A stock SSH server is a ripe target. Beyond key auth:

• Non-standard port: Not security per se, but will filter low-effort scans. Change Port 22 to, e.g., Port 2222.
• User allowlist:

  AllowUsers alice deploy infraadmin
  

• Disable password and root logins: (see above)
• Use Fail2Ban: Lock out brute force by monitoring /var/log/auth.log.

sudo apt install fail2ban
# Edit /etc/fail2ban/jail.local to customize thresholds and actions.
# Default jails cover sshd under [sshd].

Audit logins regularly:

journalctl -u sshd | grep 'Failed password'

Most attacks target Port 22 using default usernames; these simple mitigations significantly reduce your threat surface.

Multi-Hop Access: ProxyJump and SSH Chains

Environments with true defense-in-depth often require jumping through bastion/inventory hosts to reach production. ProxyJump, available in OpenSSH >= 7.3, simplifies the classic -J multi-hop pattern.

Host prod-app
    HostName 172.16.1.100
    User paula
    ProxyJump jump1.corp.net:2222

Now,

ssh prod-app

routes seamlessly via the proxy, carrying agent forwarding and ControlMaster behavior if configured. For longer chains, chain ProxyJump or revert to ProxyCommand with nc for legacy systems—but performance degrades with each hop.

Practical Example: Automated Deployment over SSH

CI runners (e.g. GitLab CI) sometimes need to deploy to remote servers with strict security. Example job snippet:

deploy_staging:
  script:
    - |
      eval $(ssh-agent -s)
      ssh-add <(echo "$SSH_KEY")
      ssh -o StrictHostKeyChecking=no deployment@staging.example.com "bash /opt/scripts/deploy.sh"
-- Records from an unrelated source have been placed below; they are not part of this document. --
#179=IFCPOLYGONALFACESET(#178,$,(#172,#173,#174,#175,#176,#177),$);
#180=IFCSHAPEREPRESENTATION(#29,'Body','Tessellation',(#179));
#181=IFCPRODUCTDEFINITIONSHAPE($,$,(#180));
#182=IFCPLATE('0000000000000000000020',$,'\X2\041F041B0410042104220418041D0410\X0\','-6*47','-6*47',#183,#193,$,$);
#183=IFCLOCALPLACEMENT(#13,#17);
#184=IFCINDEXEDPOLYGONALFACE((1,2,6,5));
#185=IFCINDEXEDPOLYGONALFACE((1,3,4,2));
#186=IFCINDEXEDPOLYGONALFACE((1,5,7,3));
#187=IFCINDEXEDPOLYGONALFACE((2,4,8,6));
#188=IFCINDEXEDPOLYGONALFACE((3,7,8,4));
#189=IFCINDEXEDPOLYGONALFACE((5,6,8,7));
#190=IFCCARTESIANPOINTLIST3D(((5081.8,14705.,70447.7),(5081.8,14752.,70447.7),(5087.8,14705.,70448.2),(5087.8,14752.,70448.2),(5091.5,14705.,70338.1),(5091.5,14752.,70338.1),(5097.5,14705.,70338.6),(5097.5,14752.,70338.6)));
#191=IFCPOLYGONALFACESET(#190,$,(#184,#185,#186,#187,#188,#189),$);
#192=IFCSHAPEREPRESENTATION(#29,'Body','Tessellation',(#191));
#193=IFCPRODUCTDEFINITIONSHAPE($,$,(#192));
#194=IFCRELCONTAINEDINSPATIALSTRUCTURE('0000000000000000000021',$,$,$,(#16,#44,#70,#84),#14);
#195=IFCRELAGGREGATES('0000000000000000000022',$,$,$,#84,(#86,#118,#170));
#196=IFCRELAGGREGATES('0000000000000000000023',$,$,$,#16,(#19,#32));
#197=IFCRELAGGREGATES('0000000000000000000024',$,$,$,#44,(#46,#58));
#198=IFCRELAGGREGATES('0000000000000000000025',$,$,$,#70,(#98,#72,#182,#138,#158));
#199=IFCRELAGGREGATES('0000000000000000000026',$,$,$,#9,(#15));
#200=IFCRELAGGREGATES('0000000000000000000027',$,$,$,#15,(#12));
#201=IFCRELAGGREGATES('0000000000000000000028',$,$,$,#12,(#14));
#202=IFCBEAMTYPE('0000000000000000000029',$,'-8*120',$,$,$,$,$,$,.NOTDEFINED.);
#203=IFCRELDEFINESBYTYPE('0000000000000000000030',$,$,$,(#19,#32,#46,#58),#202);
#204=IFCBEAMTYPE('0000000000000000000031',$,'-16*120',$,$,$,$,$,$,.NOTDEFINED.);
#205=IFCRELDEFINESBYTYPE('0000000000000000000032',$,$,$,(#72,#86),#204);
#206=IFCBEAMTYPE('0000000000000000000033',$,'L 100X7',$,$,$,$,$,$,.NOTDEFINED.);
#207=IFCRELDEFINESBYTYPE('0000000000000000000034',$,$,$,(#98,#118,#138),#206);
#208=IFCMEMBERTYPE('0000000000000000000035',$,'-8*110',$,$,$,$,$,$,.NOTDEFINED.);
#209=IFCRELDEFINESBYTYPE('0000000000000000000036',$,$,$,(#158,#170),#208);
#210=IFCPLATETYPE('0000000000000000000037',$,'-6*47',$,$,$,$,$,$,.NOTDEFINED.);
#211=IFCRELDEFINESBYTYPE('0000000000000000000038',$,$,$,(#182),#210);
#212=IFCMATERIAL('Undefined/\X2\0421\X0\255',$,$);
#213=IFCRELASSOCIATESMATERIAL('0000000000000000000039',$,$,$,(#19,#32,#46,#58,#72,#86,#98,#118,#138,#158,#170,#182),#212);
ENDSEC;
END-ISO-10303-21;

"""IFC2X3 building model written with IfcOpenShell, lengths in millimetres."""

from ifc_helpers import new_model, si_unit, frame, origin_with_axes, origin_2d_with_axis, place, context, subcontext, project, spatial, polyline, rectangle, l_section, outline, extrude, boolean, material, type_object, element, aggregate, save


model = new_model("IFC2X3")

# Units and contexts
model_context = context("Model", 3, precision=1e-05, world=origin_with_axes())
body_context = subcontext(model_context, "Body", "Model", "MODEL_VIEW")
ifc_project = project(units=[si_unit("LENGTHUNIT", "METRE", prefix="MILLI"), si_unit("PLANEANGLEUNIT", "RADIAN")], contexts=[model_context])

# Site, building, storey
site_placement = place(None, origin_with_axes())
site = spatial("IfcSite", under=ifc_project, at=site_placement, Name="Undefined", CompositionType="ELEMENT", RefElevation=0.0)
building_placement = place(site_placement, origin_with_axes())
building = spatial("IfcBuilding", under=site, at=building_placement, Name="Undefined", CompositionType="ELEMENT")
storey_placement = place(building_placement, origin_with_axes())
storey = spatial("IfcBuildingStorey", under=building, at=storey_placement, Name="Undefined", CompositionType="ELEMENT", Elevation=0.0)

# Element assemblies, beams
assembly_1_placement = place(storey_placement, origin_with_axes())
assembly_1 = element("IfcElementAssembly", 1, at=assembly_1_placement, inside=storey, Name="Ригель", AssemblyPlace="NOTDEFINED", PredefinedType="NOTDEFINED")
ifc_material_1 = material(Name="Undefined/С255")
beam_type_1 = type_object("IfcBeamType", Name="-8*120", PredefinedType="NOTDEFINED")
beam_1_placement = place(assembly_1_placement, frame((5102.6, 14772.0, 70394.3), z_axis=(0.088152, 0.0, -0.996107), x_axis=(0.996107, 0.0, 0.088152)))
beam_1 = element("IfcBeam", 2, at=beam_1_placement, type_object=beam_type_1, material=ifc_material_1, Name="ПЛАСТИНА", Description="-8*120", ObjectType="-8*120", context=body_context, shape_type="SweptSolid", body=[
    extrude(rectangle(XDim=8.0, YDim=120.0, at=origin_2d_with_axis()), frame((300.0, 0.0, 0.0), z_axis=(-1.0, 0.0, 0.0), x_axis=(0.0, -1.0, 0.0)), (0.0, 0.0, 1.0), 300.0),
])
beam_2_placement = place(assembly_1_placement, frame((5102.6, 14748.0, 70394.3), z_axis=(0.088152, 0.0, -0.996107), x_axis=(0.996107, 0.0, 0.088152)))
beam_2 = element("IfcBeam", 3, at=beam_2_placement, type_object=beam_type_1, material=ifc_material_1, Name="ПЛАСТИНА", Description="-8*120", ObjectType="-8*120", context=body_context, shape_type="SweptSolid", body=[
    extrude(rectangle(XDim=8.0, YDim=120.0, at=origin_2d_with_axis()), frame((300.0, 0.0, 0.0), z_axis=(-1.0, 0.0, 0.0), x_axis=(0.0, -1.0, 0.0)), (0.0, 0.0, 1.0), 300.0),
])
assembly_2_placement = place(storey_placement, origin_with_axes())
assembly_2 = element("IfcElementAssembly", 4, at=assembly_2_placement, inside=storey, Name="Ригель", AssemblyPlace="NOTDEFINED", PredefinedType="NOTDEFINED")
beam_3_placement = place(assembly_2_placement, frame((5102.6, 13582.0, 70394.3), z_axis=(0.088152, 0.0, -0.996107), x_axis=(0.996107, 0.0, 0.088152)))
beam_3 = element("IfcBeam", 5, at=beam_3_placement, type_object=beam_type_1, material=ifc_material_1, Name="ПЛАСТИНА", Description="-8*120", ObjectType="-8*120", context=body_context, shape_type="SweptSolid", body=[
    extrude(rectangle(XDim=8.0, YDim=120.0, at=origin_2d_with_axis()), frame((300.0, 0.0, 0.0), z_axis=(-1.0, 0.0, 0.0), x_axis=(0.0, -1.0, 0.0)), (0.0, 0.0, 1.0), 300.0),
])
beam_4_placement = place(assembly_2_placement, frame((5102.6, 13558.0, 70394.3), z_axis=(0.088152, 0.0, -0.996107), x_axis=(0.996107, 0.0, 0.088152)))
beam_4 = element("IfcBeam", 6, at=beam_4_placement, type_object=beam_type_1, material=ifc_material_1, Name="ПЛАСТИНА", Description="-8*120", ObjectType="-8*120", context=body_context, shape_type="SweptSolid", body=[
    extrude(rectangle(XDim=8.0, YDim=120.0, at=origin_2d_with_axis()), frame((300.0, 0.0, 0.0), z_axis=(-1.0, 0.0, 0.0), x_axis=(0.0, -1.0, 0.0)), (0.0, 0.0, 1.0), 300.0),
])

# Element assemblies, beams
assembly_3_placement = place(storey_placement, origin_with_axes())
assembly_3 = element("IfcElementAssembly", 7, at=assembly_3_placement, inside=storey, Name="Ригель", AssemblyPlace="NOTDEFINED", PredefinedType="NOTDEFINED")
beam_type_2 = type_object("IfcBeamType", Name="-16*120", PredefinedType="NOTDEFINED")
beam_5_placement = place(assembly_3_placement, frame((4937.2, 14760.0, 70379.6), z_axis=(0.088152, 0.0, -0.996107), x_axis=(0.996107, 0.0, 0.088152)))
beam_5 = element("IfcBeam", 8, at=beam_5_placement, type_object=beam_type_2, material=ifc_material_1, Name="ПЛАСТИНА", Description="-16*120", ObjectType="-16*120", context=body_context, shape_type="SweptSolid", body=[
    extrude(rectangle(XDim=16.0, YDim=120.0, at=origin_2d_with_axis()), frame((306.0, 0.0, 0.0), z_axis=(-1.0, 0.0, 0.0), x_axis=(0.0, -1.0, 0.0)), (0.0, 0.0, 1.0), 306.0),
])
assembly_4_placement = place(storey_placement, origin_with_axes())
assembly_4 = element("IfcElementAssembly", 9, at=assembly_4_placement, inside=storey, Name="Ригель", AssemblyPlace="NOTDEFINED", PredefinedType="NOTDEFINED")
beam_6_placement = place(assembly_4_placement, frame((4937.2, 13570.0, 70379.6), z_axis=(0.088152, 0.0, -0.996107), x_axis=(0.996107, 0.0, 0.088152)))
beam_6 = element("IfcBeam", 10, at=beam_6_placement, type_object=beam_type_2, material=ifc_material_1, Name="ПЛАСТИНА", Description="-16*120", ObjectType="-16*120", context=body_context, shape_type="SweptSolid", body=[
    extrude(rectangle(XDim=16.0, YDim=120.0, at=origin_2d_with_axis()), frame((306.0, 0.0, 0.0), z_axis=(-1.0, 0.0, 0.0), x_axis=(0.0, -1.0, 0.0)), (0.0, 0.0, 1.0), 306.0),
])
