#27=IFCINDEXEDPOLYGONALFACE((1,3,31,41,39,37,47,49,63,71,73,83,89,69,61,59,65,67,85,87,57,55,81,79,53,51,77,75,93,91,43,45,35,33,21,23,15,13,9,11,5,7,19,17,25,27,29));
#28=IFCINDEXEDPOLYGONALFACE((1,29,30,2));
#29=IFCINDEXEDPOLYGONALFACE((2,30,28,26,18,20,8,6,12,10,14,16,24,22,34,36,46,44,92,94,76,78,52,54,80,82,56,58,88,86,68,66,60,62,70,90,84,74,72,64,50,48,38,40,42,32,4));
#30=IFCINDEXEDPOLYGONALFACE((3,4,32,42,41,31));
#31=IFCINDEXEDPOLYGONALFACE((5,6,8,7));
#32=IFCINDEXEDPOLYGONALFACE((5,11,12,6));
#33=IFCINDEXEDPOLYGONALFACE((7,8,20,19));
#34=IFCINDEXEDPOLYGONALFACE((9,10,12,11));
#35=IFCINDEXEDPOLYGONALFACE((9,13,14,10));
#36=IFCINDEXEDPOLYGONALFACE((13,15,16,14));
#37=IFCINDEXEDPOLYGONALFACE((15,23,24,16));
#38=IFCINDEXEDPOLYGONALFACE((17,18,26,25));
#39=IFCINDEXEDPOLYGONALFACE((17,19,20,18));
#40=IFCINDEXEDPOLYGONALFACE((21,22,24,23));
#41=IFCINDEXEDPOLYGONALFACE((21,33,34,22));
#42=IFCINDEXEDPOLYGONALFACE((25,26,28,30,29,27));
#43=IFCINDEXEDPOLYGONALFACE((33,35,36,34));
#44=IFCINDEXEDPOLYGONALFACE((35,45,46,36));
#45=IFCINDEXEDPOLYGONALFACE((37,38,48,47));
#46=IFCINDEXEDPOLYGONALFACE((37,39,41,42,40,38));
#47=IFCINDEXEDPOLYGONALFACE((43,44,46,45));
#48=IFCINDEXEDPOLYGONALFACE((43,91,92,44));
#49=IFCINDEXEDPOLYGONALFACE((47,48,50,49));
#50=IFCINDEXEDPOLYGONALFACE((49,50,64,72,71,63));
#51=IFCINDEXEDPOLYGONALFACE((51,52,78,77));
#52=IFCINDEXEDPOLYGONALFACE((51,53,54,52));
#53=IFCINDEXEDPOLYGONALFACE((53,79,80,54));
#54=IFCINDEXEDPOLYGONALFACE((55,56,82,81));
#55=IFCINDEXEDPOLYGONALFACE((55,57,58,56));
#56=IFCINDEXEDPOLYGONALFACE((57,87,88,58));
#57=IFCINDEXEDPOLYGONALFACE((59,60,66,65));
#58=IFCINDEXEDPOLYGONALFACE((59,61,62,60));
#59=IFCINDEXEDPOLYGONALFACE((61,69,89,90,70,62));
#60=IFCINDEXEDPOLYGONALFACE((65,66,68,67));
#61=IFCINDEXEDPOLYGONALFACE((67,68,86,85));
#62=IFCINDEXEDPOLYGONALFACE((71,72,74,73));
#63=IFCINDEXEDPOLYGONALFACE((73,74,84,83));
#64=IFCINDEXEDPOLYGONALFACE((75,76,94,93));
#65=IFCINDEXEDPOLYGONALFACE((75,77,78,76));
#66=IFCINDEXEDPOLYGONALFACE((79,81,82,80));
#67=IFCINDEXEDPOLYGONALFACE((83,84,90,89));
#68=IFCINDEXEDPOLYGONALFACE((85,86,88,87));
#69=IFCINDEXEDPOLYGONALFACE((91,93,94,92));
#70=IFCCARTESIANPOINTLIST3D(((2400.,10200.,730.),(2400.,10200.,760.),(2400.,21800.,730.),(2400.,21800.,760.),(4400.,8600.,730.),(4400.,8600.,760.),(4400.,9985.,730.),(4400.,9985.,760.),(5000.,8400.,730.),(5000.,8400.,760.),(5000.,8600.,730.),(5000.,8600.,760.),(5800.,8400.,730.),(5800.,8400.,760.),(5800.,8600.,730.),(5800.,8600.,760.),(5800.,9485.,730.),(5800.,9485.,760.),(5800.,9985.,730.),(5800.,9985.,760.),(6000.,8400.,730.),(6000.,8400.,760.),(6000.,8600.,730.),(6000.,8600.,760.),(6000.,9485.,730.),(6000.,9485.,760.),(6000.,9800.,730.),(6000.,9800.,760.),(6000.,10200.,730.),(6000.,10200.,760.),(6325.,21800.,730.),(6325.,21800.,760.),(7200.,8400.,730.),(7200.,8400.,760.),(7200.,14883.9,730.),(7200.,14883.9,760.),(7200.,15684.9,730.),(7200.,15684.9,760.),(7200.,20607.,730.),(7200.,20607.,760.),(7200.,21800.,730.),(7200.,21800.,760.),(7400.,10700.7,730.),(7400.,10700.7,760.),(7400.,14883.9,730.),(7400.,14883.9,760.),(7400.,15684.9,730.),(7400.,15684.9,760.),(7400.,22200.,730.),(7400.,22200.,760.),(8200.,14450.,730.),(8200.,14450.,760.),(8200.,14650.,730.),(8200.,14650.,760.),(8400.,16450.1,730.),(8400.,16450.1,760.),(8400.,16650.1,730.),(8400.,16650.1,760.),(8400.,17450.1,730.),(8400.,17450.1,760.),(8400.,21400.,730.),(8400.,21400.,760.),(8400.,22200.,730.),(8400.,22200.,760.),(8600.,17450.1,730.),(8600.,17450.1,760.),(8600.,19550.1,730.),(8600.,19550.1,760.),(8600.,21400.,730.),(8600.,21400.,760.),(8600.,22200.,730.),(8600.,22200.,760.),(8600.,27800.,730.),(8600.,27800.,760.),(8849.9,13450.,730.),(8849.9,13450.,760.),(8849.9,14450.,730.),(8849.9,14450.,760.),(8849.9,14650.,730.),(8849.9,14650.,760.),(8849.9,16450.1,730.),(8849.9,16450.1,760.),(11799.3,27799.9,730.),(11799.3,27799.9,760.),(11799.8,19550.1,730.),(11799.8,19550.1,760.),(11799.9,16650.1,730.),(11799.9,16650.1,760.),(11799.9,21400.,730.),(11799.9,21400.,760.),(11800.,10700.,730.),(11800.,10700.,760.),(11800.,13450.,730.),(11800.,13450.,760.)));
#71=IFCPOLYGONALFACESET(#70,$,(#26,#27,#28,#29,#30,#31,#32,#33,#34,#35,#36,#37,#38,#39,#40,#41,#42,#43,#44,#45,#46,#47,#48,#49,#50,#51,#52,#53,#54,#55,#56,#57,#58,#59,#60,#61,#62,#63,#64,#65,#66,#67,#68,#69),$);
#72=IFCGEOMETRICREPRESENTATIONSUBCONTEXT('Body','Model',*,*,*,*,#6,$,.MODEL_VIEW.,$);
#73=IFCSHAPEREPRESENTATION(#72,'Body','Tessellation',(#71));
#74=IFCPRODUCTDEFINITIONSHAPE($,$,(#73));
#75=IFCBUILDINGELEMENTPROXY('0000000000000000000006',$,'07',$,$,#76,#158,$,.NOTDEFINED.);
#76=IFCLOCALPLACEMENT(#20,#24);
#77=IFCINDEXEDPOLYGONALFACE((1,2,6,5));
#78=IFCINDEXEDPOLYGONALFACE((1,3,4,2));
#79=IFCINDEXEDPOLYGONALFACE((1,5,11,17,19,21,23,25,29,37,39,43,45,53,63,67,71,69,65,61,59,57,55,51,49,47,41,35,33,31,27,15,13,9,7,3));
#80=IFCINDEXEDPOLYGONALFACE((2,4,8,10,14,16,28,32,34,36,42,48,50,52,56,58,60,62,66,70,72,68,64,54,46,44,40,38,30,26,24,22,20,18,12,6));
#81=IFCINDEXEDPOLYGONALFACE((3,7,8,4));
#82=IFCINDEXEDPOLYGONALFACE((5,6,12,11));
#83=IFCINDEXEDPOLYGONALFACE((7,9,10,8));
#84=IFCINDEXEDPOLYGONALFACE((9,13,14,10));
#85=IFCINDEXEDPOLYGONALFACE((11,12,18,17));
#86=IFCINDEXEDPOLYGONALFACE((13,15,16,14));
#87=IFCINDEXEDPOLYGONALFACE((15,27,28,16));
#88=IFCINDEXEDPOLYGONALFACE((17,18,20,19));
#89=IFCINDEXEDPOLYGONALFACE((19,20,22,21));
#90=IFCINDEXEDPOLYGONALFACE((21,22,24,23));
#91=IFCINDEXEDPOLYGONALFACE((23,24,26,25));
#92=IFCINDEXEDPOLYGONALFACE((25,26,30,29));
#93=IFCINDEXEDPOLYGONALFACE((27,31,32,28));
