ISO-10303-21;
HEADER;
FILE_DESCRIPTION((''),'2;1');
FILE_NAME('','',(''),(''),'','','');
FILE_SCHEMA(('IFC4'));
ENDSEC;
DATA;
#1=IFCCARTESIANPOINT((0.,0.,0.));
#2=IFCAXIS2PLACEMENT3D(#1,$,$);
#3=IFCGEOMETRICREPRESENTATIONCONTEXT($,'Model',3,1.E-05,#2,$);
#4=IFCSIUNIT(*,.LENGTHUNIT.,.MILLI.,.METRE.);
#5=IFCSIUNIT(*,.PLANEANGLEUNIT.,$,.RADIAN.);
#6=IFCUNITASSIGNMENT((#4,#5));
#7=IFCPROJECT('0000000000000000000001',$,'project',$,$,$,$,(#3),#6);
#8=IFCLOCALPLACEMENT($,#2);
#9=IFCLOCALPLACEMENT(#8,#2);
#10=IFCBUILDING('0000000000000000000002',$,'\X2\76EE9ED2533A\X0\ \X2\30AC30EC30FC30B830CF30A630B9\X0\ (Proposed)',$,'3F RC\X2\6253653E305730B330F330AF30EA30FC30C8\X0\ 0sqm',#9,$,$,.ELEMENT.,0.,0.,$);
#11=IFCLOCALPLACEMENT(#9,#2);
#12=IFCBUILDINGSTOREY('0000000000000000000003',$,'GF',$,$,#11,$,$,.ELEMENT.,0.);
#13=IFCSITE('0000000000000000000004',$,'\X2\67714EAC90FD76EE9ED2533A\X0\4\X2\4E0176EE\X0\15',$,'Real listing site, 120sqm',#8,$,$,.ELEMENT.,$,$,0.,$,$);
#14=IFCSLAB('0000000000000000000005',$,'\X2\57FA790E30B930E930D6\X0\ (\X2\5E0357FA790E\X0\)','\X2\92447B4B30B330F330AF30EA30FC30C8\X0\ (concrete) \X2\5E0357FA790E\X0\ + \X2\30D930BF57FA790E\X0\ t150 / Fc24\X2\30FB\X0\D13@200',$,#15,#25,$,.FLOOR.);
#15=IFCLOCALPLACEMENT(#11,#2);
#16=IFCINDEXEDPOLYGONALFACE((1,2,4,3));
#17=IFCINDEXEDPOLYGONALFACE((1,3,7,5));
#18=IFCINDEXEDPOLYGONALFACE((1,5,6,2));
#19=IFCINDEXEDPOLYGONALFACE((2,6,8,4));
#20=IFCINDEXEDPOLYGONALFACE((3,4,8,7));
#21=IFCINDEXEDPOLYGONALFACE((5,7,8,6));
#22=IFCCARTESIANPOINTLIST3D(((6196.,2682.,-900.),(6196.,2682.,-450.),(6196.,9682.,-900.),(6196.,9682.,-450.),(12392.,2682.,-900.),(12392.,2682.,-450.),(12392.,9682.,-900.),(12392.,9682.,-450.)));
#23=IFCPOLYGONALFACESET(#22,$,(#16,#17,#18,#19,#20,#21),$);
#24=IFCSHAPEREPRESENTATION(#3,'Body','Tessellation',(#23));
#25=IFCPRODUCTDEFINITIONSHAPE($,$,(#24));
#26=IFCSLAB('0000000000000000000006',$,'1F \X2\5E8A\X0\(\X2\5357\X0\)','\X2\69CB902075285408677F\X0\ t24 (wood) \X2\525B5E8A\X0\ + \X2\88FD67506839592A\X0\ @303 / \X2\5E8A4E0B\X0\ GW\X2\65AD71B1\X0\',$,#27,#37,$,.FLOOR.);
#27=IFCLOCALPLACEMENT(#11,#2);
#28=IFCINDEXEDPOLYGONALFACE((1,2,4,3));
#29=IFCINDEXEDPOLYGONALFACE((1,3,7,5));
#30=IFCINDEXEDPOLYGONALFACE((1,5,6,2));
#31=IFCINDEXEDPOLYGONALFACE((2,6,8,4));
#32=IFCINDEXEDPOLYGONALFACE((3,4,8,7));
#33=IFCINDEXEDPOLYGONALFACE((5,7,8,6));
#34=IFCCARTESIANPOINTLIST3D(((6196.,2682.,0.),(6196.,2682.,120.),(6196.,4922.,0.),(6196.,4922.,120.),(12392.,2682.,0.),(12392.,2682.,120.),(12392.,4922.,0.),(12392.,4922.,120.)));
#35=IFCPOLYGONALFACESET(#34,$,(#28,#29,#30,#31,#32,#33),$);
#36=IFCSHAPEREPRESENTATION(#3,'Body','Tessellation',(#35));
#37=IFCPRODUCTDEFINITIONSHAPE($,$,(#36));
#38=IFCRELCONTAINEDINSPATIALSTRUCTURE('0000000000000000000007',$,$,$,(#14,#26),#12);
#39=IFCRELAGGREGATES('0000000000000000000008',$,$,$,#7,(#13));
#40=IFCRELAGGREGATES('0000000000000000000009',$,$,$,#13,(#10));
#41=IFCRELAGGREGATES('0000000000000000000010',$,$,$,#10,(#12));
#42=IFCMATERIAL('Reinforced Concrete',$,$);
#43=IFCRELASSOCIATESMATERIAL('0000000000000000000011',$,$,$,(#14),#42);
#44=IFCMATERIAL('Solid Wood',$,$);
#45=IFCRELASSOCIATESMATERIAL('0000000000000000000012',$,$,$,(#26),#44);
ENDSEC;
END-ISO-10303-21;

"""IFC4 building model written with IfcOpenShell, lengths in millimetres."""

from ifc_helpers import new_model, si_unit, frame, frame_2d, origin, place, context, project, spatial, rectangle, extrude, material, element, save


model = new_model("IFC4")

# Units and contexts
model_context = context("Model", 3, precision=1e-05, world=origin())
ifc_project = project(units=[si_unit("LENGTHUNIT", "METRE", prefix="MILLI"), si_unit("PLANEANGLEUNIT", "RADIAN")], contexts=[model_context])

# Site, building, storey
site_placement = place(None, origin())
site = spatial("IfcSite", under=ifc_project, at=site_placement, Name="東京都目黒区4丁目15", ObjectType="Real listing site, 120sqm", CompositionType="ELEMENT", RefElevation=0.0)
building_placement = place(site_placement, origin())
building = spatial("IfcBuilding", under=site, at=building_placement, Name="目黒区 ガレージハウス (Proposed)", ObjectType="3F RC打放しコンクリート 0sqm", CompositionType="ELEMENT", ElevationOfRefHeight=0.0, ElevationOfTerrain=0.0)
storey_placement = place(building_placement, origin())
storey = spatial("IfcBuildingStorey", under=building, at=storey_placement, Name="GF", CompositionType="ELEMENT", Elevation=0.0)

# Slabs
ifc_material_1 = material(Name="Reinforced Concrete")
slab_1_placement = place(storey_placement, frame((3098.0, 1341.0, -450.0)))
element("IfcSlab", 1, at=slab_1_placement, inside=storey, material=ifc_material_1, Name="基礎スラブ (布基礎)", Description="鉄筋コンクリート (concrete) 布基礎 + ベタ基礎 t150 / Fc24・D13@200", PredefinedType="FLOOR", context=model_context, shape_type="SweptSolid", body=[
    extrude(rectangle(XDim=6196.0, YDim=7000.0, at=frame_2d((3098.0, 3500.0))), frame((3098.0, 1341.0, -450.0)), (0.0, 0.0, 1.0), 450.0),
])
ifc_material_2 = material(Name="Solid Wood")
slab_2_placement = place(storey_placement, frame((3098.0, 1341.0, 0.0)))
element("IfcSlab", 2, at=slab_2_placement, inside=storey, material=ifc_material_2, Name="1F 床(南)", Description="構造用合板 t24 (wood) 剛床 + 製材根太 @303 / 床下 GW断熱", PredefinedType="FLOOR", context=model_context, shape_type="SweptSolid", body=[
    extrude(rectangle(XDim=6196.0, YDim=2240.0, at=frame_2d((3098.0, 1120.0))), frame((3098.0, 1341.0, 0.0)), (0.0, 0.0, 1.0), 120.0),
])

save(model, "model.ifc")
Always bind CI agent keys to least-privilege, rotate regularly, and pre-load ~/.ssh/known_hosts for target hosts to avoid MITM.

Key Details and Non-obvious Tips

• Mixing RSA and ED25519: Some legacy systems require RSA; if using, generate with at least 3072 bits (-b 3072).
• ForwardAgent only where required—compromised server with agent forwarding leaks all client identities currently loaded.
• SSH configs can be shared within teams, but never distribute private keys or add sensitive data in comments.
• Permissions matter: ~/.ssh/config (600), private keys (600), authorized_keys on remote (600 or 644). Loose permissions will trigger errors like:

  Permissions 0644 for 'id_ed25519' are too open.
  

Summary

Effective SSH usage is more than memorizing connection strings. Hardened authentication, clean configuration, multiplexing, and controlled tunneling enable both security and operational efficiency. Don’t leave your infrastructure exposed—or your own workflow bogged down—by default behaviors.

Further reading: Review your organization’s SSH audit and key rotation policies. For more on advanced SSH certificates or hardware tokens, see OpenSSH docs (man ssh-keygen, man sshd_config).

Note: For additional workflows—like SSH certificate-based auth or agent socket forwarding—custom solutions and tooling may be required depending on your Linux distribution and organization’s threat model.